なお「高度専門職」の方とその配偶者の方は同居していなければなりません。

一定要件を満たせば親を帯同できます。

通常「就労ビザ」では、親を日本に呼び寄せることはできません。しかし「高度専門職」の方は本人または配偶者の実の親を日本に呼び寄せることができます。

ただし、次のような要件があります。
〇「高度専門職」または配偶者の7歳未満の子を養育する場合や本人または配偶者の妊娠中の介護を目的とする場合であること
〇世帯年収が800万円以上あること
〇親とは同居すること
〇本人または配偶者のどちらかの親に限ります

家事使用人を帯同できます。

外国で家事使用人を雇っていた場合、引き続き日本でもその家事使用人を日本に帯同することができます。

ただし、次のような要件があります。
〇世帯年収1000万円以上あること

〇家事使用人は1人まで

〇家事使用人に月額20万円以上の報酬を支払うこと

〇本人が日本から出国するときは一緒に出国すること

【家事使用人と一緒に日本に入国する場合】

〇1年以上前から継続して雇用していること

【「高度専門職」の方が先に日本に入国している場合】

〇家庭の事情があること。 

ビザの申請について優先処理を受けることができます。

ビザ申請の審査について優先的に処理されますので、審査期間はかなり短縮されます。

 

 

 「高度専門職2号」のメリット

「高度専門職1号」で3年以上活動を継続すると「高度専門職2号」が認められます。「高度専門職2号」は「高度専門職1号」のメリットに加え次のようなメリットがあります。

 

メリット メリットの内容
在留期間の制限がなくなります。

ビザの在留期間が無制限となりますので、「永住権」と同様ビザの期間延長(更新)を気にすることなく、日本に滞在をすることができます。

就労の制限が大幅に緩和されます。

「就労ビザ」で認められた職種であれば、当別な許可を受けなくても、仕事をすることができます。例えば「高度専門職」として研究の仕事をしながら、ミュージシャンとして「興業」の仕事や調理師として「技能」の仕事もできます。ただし、コンビニエンスストアの店員や清掃のような単純労働系の仕事はできません。

 

 

「高度専門職2号」と「永住権」のメリット比較

「高度専門職2号」はメリットの大きなビザです。同様に「永住権」もメリットがたくさんあります。どちらが良いかその外国人人の状況や考え方によりますが、親の帯同や家事使用人の帯同を考えている方は「高度専門職2号」の方がメリットが大きく、親の帯同や家事使用人の帯同が不要な方は「永住権」の方がメリットは大きくなるでしょう。

 

項目 高度専門職2号 永住権
在留期間 無制限(更新申請は不要です。) 無制限(更新申請は不要です。)
就労制限

「就労ビザ」で認められた職種であれば制限はありません。ただし単純労働系の仕事はできません。

無制限(単純労働系の仕事も可能。)
配偶者の就労

現場単純労働系の仕事以外、職種の制限なく仕事ができます。

ただしこの制度を利用せず配偶者が「家族滞在ビザ」を取得した場合は原則仕事をすることができませんし、「資格外活動」の許可を得ても週28時間までしか仕事はできません。

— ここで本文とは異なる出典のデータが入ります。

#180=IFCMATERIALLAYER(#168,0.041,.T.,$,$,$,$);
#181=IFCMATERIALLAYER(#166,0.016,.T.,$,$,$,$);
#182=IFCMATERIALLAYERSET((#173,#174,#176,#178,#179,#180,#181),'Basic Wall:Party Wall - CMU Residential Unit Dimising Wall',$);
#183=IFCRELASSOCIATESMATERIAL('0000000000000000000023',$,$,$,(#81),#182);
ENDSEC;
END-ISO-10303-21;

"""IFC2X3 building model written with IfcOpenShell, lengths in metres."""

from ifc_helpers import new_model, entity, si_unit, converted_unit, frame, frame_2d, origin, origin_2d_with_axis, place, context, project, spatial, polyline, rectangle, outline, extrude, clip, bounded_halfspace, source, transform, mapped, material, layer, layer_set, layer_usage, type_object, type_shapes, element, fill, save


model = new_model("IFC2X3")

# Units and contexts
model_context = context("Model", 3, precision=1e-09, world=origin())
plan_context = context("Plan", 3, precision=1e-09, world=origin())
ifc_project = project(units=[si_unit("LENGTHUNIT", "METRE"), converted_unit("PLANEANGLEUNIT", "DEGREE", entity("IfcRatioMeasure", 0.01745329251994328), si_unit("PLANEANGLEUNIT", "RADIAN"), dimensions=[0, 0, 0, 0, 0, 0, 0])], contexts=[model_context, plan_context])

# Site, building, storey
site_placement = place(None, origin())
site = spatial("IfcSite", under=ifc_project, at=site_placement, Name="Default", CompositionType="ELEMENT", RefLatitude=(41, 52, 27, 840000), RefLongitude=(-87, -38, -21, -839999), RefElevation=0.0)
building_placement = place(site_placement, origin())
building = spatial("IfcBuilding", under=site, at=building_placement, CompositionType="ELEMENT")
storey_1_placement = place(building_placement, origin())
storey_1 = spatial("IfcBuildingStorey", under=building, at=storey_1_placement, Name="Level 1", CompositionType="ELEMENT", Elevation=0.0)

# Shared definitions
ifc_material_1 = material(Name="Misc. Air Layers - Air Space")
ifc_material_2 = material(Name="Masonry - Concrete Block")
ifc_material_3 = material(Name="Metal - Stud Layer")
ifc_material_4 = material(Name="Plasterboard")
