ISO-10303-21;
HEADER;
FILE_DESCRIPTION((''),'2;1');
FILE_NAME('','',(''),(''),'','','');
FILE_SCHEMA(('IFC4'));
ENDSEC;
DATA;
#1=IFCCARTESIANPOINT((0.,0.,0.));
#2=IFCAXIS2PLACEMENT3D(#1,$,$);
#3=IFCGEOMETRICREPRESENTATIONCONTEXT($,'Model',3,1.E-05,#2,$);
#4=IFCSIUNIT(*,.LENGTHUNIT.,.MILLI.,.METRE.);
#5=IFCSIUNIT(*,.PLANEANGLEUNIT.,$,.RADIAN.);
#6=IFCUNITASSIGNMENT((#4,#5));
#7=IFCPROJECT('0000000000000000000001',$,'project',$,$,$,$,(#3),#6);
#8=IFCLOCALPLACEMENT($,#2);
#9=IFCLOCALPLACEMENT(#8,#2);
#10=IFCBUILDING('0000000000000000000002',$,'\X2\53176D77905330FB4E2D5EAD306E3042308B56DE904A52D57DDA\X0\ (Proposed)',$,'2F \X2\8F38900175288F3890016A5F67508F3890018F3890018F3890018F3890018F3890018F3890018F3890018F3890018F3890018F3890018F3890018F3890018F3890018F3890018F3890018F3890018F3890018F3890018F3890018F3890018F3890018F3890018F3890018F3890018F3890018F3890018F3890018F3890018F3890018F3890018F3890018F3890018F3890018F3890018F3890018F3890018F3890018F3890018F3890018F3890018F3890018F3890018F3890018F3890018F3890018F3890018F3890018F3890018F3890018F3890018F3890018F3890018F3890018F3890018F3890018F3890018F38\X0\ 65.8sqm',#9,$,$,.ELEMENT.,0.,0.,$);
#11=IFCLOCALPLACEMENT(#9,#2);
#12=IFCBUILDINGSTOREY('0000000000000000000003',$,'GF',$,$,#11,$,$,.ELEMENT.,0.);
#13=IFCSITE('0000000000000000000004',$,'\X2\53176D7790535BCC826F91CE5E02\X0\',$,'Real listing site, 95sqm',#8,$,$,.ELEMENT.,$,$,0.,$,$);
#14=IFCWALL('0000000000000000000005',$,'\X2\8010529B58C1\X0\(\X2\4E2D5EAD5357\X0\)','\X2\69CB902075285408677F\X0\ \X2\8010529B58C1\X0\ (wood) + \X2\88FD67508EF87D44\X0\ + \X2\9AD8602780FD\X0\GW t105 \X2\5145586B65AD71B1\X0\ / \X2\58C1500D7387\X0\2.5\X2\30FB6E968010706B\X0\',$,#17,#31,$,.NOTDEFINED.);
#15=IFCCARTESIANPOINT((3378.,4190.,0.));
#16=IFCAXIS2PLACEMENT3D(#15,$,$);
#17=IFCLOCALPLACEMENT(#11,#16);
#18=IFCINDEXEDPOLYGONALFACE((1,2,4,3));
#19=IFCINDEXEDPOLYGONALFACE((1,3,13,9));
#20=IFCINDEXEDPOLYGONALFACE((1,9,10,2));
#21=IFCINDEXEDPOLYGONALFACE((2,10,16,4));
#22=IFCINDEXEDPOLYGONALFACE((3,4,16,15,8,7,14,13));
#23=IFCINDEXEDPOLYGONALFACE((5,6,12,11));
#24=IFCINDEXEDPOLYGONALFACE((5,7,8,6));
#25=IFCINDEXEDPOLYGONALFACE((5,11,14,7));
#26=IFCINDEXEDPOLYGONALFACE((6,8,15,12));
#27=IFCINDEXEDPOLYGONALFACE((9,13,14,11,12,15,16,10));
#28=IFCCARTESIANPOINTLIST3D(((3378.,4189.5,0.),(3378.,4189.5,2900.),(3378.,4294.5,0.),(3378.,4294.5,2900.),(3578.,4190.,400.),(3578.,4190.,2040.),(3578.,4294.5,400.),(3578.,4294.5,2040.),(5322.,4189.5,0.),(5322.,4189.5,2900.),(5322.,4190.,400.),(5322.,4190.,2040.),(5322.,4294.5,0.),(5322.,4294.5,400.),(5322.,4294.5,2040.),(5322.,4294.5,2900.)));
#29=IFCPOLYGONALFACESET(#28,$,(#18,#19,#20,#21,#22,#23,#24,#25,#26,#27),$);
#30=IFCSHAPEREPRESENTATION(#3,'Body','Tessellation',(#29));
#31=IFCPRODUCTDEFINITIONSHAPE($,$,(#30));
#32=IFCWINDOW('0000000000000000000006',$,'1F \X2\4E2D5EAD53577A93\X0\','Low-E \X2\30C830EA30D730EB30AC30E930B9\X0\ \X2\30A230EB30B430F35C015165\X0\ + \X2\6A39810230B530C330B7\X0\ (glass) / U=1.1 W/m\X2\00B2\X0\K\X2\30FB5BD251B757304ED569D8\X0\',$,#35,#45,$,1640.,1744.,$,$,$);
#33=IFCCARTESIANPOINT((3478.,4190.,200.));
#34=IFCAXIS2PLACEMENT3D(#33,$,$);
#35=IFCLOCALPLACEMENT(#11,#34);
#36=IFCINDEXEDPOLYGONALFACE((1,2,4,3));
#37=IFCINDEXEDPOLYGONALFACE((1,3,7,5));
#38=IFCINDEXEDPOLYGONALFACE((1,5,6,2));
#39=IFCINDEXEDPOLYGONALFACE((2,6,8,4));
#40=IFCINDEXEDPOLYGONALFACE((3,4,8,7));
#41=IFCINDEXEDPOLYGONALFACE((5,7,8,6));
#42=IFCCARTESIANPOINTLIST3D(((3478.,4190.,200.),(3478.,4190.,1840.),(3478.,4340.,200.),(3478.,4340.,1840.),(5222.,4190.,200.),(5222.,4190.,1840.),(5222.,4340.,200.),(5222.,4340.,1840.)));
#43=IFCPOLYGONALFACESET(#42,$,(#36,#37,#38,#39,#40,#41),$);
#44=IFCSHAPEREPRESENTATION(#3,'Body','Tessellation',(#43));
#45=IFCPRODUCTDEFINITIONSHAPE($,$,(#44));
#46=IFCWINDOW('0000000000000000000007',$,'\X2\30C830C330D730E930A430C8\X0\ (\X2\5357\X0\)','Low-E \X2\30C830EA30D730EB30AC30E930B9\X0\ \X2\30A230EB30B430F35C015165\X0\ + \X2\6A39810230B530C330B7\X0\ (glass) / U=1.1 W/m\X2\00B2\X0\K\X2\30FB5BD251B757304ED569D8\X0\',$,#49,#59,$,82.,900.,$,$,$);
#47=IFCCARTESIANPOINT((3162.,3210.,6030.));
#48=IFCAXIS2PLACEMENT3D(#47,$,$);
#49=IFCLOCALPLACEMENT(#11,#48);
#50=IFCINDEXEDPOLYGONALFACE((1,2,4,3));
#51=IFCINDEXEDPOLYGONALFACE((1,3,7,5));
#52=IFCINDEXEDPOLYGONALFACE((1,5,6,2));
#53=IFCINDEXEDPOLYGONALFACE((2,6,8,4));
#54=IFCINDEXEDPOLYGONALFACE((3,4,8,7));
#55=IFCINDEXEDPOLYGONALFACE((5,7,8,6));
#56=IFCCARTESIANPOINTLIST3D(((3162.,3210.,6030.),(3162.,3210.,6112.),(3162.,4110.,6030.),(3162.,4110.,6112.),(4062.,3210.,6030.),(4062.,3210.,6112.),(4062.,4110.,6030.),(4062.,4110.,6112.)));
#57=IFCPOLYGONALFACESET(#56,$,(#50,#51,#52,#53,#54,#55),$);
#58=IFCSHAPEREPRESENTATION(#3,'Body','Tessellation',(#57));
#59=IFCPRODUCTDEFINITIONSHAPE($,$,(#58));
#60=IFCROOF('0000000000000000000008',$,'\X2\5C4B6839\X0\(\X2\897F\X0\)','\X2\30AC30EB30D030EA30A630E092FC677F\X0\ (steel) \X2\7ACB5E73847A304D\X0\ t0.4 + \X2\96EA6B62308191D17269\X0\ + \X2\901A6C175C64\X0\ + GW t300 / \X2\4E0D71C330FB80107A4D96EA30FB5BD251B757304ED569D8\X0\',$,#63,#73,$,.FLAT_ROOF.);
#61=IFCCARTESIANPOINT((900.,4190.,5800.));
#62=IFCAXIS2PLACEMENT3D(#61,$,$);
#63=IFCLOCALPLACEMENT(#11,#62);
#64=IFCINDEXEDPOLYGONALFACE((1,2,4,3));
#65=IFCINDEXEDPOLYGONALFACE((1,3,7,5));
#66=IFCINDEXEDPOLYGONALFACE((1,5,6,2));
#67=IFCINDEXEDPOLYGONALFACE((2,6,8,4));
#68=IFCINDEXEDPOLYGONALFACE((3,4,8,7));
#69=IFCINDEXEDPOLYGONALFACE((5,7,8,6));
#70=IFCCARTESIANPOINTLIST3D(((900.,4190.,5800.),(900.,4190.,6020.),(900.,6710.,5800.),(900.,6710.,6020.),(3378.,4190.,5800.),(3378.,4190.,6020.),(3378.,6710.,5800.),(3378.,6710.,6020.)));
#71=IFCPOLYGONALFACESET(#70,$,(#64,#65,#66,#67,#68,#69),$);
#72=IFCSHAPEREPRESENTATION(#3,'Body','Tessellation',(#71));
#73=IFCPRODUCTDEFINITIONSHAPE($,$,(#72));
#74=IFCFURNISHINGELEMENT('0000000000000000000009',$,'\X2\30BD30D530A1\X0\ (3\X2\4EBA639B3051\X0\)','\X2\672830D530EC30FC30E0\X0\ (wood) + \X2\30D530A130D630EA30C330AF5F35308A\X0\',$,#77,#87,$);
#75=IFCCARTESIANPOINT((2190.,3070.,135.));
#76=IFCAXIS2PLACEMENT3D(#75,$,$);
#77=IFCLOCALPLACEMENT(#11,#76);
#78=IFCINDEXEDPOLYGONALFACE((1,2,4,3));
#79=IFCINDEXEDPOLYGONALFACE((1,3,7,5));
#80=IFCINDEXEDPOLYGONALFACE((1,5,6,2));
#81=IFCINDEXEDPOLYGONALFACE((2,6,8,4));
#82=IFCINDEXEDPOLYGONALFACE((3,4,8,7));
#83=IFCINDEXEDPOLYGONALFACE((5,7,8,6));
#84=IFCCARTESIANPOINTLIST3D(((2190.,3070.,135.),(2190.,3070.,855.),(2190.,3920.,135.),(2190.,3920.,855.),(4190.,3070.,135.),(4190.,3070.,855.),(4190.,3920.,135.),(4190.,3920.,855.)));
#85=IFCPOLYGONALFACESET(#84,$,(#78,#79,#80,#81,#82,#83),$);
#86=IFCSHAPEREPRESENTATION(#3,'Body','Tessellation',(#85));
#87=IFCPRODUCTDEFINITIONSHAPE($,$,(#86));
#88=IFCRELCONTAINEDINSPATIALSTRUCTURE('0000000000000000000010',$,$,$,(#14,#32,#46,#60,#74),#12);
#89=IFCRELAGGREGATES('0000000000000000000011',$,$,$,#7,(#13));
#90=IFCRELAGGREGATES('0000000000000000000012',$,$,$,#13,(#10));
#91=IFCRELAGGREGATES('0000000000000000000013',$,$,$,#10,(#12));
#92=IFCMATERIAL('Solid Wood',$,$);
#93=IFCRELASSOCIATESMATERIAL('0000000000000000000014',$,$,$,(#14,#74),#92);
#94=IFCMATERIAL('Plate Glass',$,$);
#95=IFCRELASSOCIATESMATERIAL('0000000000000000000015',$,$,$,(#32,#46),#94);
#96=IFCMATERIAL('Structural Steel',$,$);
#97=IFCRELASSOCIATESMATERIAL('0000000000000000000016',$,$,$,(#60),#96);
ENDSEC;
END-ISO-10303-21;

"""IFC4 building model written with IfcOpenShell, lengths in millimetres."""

from ifc_helpers import new_model, si_unit, frame, frame_2d, origin, place, context, project, spatial, rectangle, extrude, material, element, fill, save


model = new_model("IFC4")

# Units and contexts
model_context = context("Model", 3, precision=1e-05, world=origin())
ifc_project = project(units=[si_unit("LENGTHUNIT", "METRE", prefix="MILLI"), si_unit("PLANEANGLEUNIT", "RADIAN")], contexts=[model_context])

# Site, building, storey
site_placement = place(None, origin())
site = spatial("IfcSite", under=ifc_project, at=site_placement, Name="北海道富良野市", ObjectType="Real listing site, 95sqm", CompositionType="ELEMENT", RefElevation=0.0)
building_placement = place(site_placement, origin())
building = spatial("IfcBuilding", under=site, at=building_placement, Name="北海道・中庭のある回遊動線 (Proposed)", ObjectType="2F 輸送用輸送機材輸送輸送輸送輸送輸送輸送輸送輸送輸送輸送輸送輸送輸送輸送輸送輸送輸送輸送輸送輸送輸送輸送輸送輸送輸送輸送輸送輸送輸送輸送輸送輸送輸送輸送輸送輸送輸送輸送輸送輸送輸送輸送輸送輸送輸送輸送輸送輸送輸送輸送輸送輸送輸送輸送輸送輸送輸 65.8sqm", CompositionType="ELEMENT", ElevationOfRefHeight=0.0, ElevationOfTerrain=0.0)
storey_placement = place(building_placement, origin())
storey = spatial("IfcBuildingStorey", under=building, at=storey_placement, Name="GF", CompositionType="ELEMENT", Elevation=0.0)

# Shared definitions
ifc_material_1 = material(Name="Solid Wood")

# Wall, opening, window
wall_placement = place(storey_placement, frame((3378.0, 4190.0, 0.0)))
wall = element("IfcWall", 1, at=wall_placement, inside=storey, material=ifc_material_1, Name="耐力壁(中庭南)", Description="構造用合板 耐力壁 (wood) + 製材軸組 + 高性能GW t105 充填断熱 / 壁倍率2.5・準耐火", PredefinedType="NOTDEFINED", context=model_context, shape_type="SweptSolid", body=[
    extrude(rectangle(XDim=1944.0, YDim=105.0, at=frame_2d((972.0, 52.0))), frame((3378.0, 4190.0, 0.0)), (0.0, 0.0, 1.0), 2900.0),
])
opening_placement = place(storey_placement, frame((3478.0, 4190.0, 200.0)))
opening = element("IfcOpeningElement", 2, at=opening_placement, cuts=wall, PredefinedType="NOTDEFINED", context=model_context, shape_type="SweptSolid", body=[
    extrude(rectangle(XDim=1744.0, YDim=150.0, at=frame_2d((872.0, 75.0))), frame((3478.0, 4190.0, 200.0)), (0.0, 0.0, 1.0), 1640.0),
])
ifc_material_2 = material(Name="Plate Glass")
window_1_placement = place(storey_placement, frame((3478.0, 4190.0, 200.0)))
window_1 = element("IfcWindow", 3, at=window_1_placement, inside=storey, material=ifc_material_2, Name="1F 中庭南窓", Description="Low-E トリプルガラス アルゴン封入 + 樹脂サッシ (glass) / U=1.1 W/m²K・寒冷地仕様", OverallHeight=1640.0, OverallWidth=1744.0, context=model_context, shape_type="SweptSolid", body=[
    extrude(rectangle(XDim=1744.0, YDim=150.0, at=frame_2d((872.0, 75.0))), frame((3478.0, 4190.0, 200.0)), (0.0, 0.0, 1.0), 1640.0),
])
fill(opening, window_1)

# Window
window_2_placement = place(storey_placement, frame((3162.0, 3210.0, 6030.0)))
element("IfcWindow", 4, at=window_2_placement, inside=storey, material=ifc_material_2, Name="トップライト (南)", Description="Low-E トリプルガラス アルゴン封入 + 樹脂サッシ (glass) / U=1.1 W/m²K・寒冷地仕様", OverallHeight=82.0, OverallWidth=900.0, context=model_context, shape_type="SweptSolid", body=[
    extrude(rectangle(XDim=900.0, YDim=900.0, at=frame_2d((450.0, 450.0))), frame((3162.0, 3210.0, 6030.0)), (0.0, 0.0, 1.0), 82.0),
])

# Roof
ifc_material_3 = material(Name="Structural Steel")
for number, where, name in (
    (5, (900.0, 4190.0, 5800.0), "屋根(西)"),
):
    element("IfcRoof", number, at=place(storey_placement, frame(where)), inside=storey, material=ifc_material_3, Name=name, Description="ガルバリウム鋼板 (steel) 立平葺き t0.4 + 雪止め金物 + 通気層 + GW t300 / 不燃・耐積雪・寒冷地仕様", PredefinedType="FLAT_ROOF", context=model_context, shape_type="SweptSolid", body=[
        extrude(rectangle(XDim=2478.0, YDim=2520.0, at=frame_2d((1239.0, 1260.0))), frame((900.0, 4190.0, 5800.0)), (0.0, 0.0, 1.0), 220.0),
    ])

# Furnishing element
furnishing_placement = place(storey_placement, frame((2190.0, 3070.0, 135.0)))
element("IfcFurnishingElement", 6, at=furnishing_placement, inside=storey, material=ifc_material_1, Name="ソファ (3人掛け)", Description="木フレーム (wood) + ファブリック張り", context=model_context, shape_type="SweptSolid", body=[
    extrude(rectangle(XDim=2000.0, YDim=850.0, at=frame_2d((1000.0, 425.0))), frame((2190.0, 3070.0, 135.0)), (0.0, 0.0, 1.0), 720.0),
])

save(model, "model.ifc")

職種、就労時間とも無制限に仕事をすることができます。
子の就労

子は「家族滞在ビザ」になります。そのため「資格外活動」の許可を得た場合のみ週28時間まで仕事ができます。

子は「永住者の配偶者等ビザ」になります。「永住者の配偶者等ビザ」には就労の制限はありませんのでどのような仕事をすることもできます。

永住者の子として産まれた場合出生から30日以内に手続きをすれば「永住権」を取得することができます。

親の帯同 要件を満たせば可能です。 親の帯同は認められません。
家事使用人の帯同 要件を満たせが可能です。 家事使用人の帯同は認められません。